Got treated to lunch by my Dad and work has been easy and slow today.

Going on a little road trip after work to do a homevisit in Augusta, GA for what looks like an excellent new foster home so I am excited about that!


----------



## Strana1 (Feb 9, 2008)




----------



## kshort (Jun 4, 2004)

> Originally Posted By: AvamomNow Kris, I know my life revolves around the dogs, as does yours...but isn't this area of the board for saying HB to our DOGS,


Really??? Hmmmmmm... I know I've seen birthday wishes to other members. Maybe I picked the wrong forum??? What the heck - this is a good place for your birthday thread!!









Home visit on your birthday? Sounds like most of us!







I was at the vet with Sammy on the evening of my birthday...


----------



## CindyM (Mar 20, 2007)

Happy Birthday!


----------



## Avamom (Sep 28, 2004)

It is a good place to post, just messing with ya!









Yea, I know HV on my birthday, but I think its perfect, get to hang out with my buddy, Lisa (Mcdoglovers) who is going with me, get to meet a future fosterhome and talk dogs....and hopefully save another dog....my kind of night!


----------



## Barb E (Jun 6, 2004)

!!!


----------



## kshort (Jun 4, 2004)

> Originally Posted By: AvamomYea, I know HV on my birthday, but I think its perfect, get to hang out with my buddy, Lisa (Mcdoglovers) who is going with me, get to meet a future fosterhome and talk dogs....and hopefully save another dog....my kind of night!


Yep - it doesn't get any better than that.
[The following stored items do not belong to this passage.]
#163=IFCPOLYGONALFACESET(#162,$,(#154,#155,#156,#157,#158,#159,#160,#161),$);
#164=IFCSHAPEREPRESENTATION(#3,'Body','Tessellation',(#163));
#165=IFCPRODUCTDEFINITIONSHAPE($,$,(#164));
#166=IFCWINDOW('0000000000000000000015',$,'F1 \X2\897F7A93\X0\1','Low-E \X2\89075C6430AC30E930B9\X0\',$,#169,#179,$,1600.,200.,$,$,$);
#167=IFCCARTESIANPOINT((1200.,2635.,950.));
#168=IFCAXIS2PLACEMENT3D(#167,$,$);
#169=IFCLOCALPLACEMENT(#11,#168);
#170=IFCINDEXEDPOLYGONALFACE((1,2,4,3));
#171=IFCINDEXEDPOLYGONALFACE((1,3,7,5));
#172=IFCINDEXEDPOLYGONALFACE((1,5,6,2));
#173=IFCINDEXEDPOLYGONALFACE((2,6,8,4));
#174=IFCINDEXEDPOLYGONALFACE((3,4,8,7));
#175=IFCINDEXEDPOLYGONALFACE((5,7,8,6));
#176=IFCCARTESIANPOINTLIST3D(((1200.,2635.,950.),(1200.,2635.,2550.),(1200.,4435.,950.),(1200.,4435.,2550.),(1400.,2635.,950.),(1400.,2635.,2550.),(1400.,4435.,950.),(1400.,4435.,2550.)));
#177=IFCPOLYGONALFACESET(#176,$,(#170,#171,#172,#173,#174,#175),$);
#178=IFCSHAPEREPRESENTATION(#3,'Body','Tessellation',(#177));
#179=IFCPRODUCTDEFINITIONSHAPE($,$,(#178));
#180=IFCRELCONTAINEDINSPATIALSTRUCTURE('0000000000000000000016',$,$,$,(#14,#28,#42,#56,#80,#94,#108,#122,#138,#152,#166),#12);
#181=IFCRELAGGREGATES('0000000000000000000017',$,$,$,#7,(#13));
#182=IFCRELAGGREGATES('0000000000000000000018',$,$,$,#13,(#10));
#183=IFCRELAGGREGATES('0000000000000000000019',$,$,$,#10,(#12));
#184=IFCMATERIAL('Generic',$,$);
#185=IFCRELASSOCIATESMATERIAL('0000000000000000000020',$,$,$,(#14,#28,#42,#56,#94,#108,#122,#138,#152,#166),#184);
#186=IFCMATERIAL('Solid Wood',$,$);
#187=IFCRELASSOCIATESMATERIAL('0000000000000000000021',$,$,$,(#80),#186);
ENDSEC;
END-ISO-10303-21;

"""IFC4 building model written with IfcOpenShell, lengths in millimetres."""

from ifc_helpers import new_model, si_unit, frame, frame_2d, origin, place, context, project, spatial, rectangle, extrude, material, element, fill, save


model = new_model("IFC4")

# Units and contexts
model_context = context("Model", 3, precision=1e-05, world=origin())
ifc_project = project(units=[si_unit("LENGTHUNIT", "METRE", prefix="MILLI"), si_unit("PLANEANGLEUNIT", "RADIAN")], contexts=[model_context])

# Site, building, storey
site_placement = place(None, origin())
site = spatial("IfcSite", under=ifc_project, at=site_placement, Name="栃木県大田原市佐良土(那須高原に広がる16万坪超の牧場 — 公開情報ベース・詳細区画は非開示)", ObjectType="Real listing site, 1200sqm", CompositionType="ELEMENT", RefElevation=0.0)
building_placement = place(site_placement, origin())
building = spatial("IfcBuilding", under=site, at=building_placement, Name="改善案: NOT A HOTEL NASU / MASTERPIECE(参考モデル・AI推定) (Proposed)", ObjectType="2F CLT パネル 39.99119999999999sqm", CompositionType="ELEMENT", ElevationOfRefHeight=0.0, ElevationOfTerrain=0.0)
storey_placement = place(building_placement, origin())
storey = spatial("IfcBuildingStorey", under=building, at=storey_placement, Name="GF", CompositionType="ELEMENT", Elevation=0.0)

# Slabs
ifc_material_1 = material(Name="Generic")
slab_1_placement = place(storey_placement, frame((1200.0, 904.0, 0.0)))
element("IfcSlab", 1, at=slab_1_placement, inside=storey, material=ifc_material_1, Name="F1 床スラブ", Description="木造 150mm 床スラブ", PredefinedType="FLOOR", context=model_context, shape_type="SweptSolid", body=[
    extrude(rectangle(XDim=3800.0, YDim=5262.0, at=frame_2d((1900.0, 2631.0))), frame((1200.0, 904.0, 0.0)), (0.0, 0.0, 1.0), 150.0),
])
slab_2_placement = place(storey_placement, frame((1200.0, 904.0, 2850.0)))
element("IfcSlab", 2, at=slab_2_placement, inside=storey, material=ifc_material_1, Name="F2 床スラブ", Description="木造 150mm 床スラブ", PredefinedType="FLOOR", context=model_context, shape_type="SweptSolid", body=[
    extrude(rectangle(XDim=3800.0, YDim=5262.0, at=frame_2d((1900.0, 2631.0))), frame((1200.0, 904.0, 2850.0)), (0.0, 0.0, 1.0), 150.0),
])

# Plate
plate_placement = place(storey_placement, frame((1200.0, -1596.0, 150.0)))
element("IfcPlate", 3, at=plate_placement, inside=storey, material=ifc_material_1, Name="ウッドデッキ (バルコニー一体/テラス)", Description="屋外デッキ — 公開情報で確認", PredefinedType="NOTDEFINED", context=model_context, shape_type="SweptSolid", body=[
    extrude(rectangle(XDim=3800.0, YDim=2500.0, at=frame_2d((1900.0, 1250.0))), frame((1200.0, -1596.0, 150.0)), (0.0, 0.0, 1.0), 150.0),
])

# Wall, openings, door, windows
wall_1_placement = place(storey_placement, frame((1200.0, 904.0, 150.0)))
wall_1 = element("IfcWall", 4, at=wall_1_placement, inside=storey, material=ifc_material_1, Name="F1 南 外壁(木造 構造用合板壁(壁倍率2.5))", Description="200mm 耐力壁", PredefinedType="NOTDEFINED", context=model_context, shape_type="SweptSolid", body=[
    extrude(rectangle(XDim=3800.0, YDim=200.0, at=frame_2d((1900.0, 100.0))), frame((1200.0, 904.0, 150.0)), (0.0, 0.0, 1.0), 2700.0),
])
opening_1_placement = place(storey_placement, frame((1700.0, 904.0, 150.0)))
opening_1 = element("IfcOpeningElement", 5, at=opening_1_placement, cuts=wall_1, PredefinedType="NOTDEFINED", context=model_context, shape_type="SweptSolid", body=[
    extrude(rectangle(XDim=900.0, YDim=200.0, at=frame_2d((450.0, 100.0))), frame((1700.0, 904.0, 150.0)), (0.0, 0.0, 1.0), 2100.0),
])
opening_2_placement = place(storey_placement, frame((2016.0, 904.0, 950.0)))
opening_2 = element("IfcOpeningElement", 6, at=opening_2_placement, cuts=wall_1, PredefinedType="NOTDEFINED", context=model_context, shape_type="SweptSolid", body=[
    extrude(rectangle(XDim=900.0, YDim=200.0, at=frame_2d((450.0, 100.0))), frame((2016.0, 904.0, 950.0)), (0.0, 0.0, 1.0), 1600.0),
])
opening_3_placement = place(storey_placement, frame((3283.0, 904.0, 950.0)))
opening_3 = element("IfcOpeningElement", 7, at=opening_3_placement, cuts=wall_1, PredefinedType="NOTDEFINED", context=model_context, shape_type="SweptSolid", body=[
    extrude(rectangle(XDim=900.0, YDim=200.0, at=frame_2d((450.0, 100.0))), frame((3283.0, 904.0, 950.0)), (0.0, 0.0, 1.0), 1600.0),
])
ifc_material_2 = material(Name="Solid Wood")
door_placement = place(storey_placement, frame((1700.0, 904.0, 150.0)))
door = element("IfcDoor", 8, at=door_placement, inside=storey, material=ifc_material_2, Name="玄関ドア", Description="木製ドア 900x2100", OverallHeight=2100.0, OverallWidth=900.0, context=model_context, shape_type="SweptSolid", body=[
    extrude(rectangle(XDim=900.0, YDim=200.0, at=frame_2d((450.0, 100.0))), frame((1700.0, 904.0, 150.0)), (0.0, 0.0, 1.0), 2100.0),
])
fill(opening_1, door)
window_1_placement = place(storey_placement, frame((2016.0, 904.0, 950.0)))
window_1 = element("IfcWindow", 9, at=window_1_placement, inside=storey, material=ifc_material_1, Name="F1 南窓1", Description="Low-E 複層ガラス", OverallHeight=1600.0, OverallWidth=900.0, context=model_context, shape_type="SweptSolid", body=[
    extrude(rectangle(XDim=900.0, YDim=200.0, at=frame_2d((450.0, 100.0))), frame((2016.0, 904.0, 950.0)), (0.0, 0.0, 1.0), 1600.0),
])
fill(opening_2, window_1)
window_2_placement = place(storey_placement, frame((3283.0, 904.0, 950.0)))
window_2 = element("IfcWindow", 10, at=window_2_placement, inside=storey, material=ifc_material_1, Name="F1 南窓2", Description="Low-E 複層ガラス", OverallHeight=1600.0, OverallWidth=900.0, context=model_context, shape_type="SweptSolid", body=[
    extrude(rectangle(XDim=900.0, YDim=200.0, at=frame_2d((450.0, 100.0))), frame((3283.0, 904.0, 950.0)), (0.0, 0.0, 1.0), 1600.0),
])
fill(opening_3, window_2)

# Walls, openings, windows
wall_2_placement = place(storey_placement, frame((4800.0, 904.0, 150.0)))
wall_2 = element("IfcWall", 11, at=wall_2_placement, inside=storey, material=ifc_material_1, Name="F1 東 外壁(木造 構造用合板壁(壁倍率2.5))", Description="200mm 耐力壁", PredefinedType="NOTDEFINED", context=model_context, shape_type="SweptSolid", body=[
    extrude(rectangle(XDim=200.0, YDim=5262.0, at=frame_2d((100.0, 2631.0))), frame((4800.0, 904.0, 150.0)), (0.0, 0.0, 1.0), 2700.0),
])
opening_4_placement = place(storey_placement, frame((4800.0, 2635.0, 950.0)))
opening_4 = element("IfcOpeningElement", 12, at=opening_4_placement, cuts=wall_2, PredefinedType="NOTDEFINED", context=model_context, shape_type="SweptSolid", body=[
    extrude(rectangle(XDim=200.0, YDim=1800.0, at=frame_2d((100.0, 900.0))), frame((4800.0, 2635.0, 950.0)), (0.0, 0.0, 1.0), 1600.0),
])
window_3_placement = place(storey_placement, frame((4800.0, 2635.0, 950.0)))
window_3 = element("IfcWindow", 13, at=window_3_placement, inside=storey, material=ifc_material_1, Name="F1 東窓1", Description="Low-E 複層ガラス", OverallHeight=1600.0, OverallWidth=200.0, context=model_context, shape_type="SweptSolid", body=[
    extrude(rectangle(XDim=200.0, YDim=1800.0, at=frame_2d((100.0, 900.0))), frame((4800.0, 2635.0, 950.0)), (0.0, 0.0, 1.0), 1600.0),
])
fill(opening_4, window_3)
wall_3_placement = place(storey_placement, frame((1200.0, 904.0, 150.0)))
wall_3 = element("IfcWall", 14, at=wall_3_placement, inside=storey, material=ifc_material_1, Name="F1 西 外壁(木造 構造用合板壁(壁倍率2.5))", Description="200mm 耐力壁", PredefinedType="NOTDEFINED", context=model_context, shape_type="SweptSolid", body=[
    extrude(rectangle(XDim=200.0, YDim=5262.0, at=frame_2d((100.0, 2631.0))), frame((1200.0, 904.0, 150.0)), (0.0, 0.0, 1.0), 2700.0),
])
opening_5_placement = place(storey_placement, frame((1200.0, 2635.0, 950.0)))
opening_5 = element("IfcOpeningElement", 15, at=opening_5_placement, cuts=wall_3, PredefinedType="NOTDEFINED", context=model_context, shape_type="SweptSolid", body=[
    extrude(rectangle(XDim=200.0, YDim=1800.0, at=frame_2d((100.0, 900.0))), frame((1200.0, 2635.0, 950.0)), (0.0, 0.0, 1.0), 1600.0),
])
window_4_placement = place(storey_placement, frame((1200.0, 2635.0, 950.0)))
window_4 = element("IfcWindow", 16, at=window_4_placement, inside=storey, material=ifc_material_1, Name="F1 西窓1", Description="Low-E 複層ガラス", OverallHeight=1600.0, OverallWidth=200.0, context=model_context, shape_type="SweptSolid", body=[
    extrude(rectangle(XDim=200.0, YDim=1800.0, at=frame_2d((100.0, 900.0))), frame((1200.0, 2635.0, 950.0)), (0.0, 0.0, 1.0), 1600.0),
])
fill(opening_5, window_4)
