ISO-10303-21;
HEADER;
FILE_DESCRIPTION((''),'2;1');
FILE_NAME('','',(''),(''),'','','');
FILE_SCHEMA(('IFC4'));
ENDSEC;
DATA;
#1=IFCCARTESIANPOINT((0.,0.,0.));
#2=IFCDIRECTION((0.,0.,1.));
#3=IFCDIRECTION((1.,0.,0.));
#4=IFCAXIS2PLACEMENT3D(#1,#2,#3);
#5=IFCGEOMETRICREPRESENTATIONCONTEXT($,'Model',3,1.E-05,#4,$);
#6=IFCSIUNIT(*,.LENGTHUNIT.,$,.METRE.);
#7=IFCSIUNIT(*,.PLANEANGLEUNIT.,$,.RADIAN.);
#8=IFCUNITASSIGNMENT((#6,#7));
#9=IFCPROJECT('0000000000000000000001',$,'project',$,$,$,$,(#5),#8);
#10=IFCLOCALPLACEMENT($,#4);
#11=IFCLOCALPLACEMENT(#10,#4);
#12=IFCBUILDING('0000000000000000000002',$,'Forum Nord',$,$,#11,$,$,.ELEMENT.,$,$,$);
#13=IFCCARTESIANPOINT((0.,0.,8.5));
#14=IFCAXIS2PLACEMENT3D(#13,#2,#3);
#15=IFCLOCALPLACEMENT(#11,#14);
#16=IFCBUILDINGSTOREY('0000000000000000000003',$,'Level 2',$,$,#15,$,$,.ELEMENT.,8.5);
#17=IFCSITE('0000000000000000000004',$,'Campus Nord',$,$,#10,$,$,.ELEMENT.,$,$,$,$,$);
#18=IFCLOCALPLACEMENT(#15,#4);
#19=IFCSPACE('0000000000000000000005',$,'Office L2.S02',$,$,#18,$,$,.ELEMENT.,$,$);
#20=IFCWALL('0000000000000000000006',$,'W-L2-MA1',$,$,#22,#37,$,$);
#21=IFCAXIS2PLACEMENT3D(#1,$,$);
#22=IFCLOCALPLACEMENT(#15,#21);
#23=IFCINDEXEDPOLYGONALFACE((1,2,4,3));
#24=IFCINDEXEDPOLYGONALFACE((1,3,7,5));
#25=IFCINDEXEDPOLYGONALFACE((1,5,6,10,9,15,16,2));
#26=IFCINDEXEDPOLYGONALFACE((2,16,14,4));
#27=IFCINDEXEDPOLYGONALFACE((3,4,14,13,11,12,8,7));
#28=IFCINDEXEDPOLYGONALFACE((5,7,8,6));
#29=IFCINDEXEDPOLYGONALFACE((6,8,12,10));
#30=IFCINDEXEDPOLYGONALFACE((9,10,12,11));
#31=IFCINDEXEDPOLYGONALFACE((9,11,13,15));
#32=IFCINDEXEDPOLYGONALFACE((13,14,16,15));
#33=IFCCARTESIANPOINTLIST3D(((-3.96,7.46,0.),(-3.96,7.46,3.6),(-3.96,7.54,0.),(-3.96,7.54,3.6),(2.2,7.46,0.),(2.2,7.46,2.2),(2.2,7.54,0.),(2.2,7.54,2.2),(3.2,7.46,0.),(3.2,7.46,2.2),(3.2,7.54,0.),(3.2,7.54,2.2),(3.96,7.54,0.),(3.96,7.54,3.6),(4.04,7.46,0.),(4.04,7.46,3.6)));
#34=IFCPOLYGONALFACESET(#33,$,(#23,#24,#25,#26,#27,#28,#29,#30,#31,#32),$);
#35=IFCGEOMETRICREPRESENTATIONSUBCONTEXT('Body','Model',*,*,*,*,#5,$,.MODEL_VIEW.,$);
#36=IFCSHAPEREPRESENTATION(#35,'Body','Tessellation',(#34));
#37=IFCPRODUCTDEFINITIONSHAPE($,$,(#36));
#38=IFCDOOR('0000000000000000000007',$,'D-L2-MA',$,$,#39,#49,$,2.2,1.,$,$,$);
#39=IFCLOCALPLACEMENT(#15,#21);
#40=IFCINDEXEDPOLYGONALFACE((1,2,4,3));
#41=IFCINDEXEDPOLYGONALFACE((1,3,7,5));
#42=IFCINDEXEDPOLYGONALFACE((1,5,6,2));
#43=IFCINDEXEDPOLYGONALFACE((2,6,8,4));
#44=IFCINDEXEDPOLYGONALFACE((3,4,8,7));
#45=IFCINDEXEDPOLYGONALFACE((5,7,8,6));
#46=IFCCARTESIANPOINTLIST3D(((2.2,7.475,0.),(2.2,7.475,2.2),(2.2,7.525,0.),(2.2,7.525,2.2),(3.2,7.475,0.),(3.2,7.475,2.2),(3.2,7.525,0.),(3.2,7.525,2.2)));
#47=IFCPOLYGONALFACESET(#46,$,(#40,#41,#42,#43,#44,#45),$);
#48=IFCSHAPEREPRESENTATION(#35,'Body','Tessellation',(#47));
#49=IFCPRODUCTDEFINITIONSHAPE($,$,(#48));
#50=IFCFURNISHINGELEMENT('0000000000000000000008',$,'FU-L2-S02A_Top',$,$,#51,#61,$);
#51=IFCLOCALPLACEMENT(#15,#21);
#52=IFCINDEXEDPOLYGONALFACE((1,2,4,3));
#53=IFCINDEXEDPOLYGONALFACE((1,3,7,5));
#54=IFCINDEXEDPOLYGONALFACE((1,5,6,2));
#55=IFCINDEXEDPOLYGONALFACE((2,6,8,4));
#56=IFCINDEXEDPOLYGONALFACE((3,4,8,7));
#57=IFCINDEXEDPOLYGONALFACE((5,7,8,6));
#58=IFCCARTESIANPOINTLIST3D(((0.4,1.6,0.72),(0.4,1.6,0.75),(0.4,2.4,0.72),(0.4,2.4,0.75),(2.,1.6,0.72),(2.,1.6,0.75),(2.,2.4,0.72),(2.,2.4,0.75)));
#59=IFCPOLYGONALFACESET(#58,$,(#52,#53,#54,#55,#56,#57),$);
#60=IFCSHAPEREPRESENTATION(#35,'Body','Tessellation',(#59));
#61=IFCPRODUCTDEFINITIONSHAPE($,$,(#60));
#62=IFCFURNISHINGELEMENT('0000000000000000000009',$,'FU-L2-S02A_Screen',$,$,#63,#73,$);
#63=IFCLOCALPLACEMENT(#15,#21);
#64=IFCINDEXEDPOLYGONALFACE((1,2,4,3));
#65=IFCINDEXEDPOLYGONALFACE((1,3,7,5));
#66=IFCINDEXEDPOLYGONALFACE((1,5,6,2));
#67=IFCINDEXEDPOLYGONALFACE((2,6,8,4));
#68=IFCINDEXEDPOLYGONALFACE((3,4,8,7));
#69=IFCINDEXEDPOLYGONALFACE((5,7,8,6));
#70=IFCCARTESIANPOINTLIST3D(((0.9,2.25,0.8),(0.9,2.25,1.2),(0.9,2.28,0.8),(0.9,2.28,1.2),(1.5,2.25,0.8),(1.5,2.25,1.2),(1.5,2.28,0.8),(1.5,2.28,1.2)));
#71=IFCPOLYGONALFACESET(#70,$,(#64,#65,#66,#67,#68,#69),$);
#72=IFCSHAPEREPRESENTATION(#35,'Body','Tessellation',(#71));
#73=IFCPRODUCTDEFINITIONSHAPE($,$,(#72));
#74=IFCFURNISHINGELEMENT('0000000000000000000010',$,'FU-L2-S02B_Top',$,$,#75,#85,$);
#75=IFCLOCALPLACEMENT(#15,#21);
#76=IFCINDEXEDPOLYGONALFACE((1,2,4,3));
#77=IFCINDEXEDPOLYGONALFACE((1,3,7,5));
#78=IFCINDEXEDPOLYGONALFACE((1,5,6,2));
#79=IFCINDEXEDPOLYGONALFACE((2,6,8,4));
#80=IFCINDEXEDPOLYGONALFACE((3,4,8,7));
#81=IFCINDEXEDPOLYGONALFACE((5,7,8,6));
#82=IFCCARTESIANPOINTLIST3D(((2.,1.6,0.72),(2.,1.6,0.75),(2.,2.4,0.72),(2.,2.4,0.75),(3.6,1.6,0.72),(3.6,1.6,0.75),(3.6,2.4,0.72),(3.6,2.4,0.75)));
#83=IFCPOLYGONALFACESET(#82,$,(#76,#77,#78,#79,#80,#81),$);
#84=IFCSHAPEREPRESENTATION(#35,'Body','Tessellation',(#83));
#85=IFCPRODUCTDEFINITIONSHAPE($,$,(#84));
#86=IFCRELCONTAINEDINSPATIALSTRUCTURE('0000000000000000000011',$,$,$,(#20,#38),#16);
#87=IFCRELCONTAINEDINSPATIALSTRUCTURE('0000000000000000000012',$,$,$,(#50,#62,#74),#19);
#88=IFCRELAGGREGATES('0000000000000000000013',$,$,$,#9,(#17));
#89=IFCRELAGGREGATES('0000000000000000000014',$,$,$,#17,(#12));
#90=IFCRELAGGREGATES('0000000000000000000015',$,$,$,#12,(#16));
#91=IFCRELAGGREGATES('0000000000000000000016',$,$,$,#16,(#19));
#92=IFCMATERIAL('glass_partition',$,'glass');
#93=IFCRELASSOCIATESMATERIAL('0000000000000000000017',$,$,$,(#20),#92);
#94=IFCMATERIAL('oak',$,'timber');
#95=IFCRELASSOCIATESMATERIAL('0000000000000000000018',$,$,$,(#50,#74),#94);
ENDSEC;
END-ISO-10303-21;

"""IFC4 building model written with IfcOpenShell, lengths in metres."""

from ifc_helpers import new_model, si_unit, frame, frame_2d, origin_with_axes, place, context, subcontext, project, spatial, polyline, rectangle, outline, extrude, material, element, fill, save


model = new_model("IFC4")

# Units and contexts
model_context = context("Model", 3, precision=1e-05, world=origin_with_axes())
body_context = subcontext(model_context, "Body", "Model", "MODEL_VIEW")
ifc_project = project(units=[si_unit("LENGTHUNIT", "METRE"), si_unit("PLANEANGLEUNIT", "RADIAN")], contexts=[model_context])

# Site, building, storey
site_placement = place(None, origin_with_axes())
site = spatial("IfcSite", under=ifc_project, at=site_placement, Name="Campus Nord", CompositionType="ELEMENT")
building_placement = place(site_placement, origin_with_axes())
building = spatial("IfcBuilding", under=site, at=building_placement, Name="Forum Nord", CompositionType="ELEMENT")
storey_placement = place(building_placement, frame((0.0, 0.0, 8.5), z_axis=(0.0, 0.0, 1.0), x_axis=(1.0, 0.0, 0.0)))
storey = spatial("IfcBuildingStorey", under=building, at=storey_placement, Name="Level 2", CompositionType="ELEMENT", Elevation=8.5)

# Wall, opening, door
ifc_material_1 = material(Name="glass_partition", Category="glass")
wall_1_placement = place(storey_placement, frame((-4.0, 7.5, 0.0), z_axis=(0.0, 0.0, 1.0), x_axis=(1.0, 0.0, 0.0)))
wall_1 = element("IfcWall", 1, at=wall_1_placement, inside=storey, material=ifc_material_1, Name="W-L2-MA1", context=body_context, shape_type="SweptSolid", body=[
    extrude(outline(polyline([(0.04, -0.04), (8.04, -0.04), (7.96, 0.04), (0.04, 0.04), (0.04, -0.04)])), origin_with_axes(), (0.0, 0.0, 1.0), 3.6),
])
opening_1_placement = place(storey_placement, frame((-4.0, 7.5, 0.0), z_axis=(0.0, 0.0, 1.0), x_axis=(1.0, 0.0, 0.0)))
opening_1 = element("IfcOpeningElement", 2, at=opening_1_placement, cuts=wall_1, context=body_context, shape_type="SweptSolid", body=[
    extrude(rectangle(XDim=1.0, YDim=0.08, at=frame_2d((6.7, 0.0), x_axis=(1.0, 0.0))), origin_with_axes(), (0.0, 0.0, 1.0), 2.2),
])
door_1_placement = place(storey_placement, frame((-4.0, 7.5, 0.0), z_axis=(0.0, 0.0, 1.0), x_axis=(1.0, 0.0, 0.0)))
door_1 = element("IfcDoor", 3, at=door_1_placement, inside=storey, Name="D-L2-MA", OverallHeight=2.2, OverallWidth=1.0, context=body_context, shape_type="SweptSolid", body=[
    extrude(rectangle(XDim=1.0, YDim=0.05, at=frame_2d((6.7, 0.0), x_axis=(1.0, 0.0))), origin_with_axes(), (0.0, 0.0, 1.0), 2.2),
])
fill(opening_1, door_1)

# Shared definitions
space_1_placement = place(storey_placement, origin_with_axes())
space_1 = spatial("IfcSpace", under=storey, at=space_1_placement, Name="Office L2.S02", CompositionType="ELEMENT")

# Furnishing elements
ifc_material_2 = material(Name="oak", Category="timber")
furnishing_1_placement = place(storey_placement, frame((0.4, 1.0, 0.0), z_axis=(0.0, 0.0, 1.0), x_axis=(1.0, 0.0, 0.0)))
element("IfcFurnishingElement", 4, at=furnishing_1_placement, inside=space_1, material=ifc_material_2, Name="FU-L2-S02A_Top", context=body_context, shape_type="SweptSolid", body=[
    extrude(rectangle(XDim=1.6, YDim=0.8, at=frame_2d((0.8, 1.0), x_axis=(1.0, 0.0))), frame((0.0, 0.0, 0.72), z_axis=(0.0, 0.0, 1.0), x_axis=(1.0, 0.0, 0.0)), (0.0, 0.0, 1.0), 0.03),
])
furnishing_2_placement = place(storey_placement, frame((0.4, 1.0, 0.0), z_axis=(0.0, 0.0, 1.0), x_axis=(1.0, 0.0, 0.0)))
element("IfcFurnishingElement", 5, at=furnishing_2_placement, inside=space_1, Name="FU-L2-S02A_Screen", context=body_context, shape_type="SweptSolid", body=[
    extrude(rectangle(XDim=0.6, YDim=0.03, at=frame_2d((0.8, 1.265), x_axis=(1.0, 0.0))), frame((0.0, 0.0, 0.8), z_axis=(0.0, 0.0, 1.0), x_axis=(1.0, 0.0, 0.0)), (0.0, 0.0, 1.0), 0.4),
])
furnishing_3_placement = place(storey_placement, frame((2.0, 1.0, 0.0), z_axis=(0.0, 0.0, 1.0), x_axis=(1.0, 0.0, 0.0)))
element("IfcFurnishingElement", 6, at=furnishing_3_placement, inside=space_1, material=ifc_material_2, Name="FU-L2-S02B_Top", context=body_context, shape_type="SweptSolid", body=[
    extrude(rectangle(XDim=1.6, YDim=0.8, at=frame_2d((0.8, 1.0), x_axis=(1.0, 0.0))), frame((0.0, 0.0, 0.72), z_axis=(0.0, 0.0, 1.0), x_axis=(1.0, 0.0, 0.0)), (0.0, 0.0, 1.0), 0.03),
])

save(model, "model.ifc")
You two have fun!!!


----------



## Siresmom (May 18, 2007)

HAPPY BIRTHDAY SINCLAIR, FROM ALL OF US!!!!!!


----------



## JenniferH (Oct 9, 2007)

Happy Birthday!!


----------



## Cassidy's Mom (Mar 30, 2003)

Sinclair!


----------



## GSDOwner2008 (Jan 19, 2008)

Hope it was a good one!


----------



## Kuklasmom (May 13, 2005)

A belated but heartfelt Happy Birthday from me and my dog Kukla--whom I adopted from an all-breed rescue in November 2003.

So your birthday and Kukla's "gotcha" day are very, very close!









I hope your birthday was a very happy one.


----------



## Avamom (Sep 28, 2004)

Thanks Madonna....and happy birthday to Kukla!!!

I don't think I've ever seen a pic of Kukla....sounds like a precious mix. Hint, hint,


----------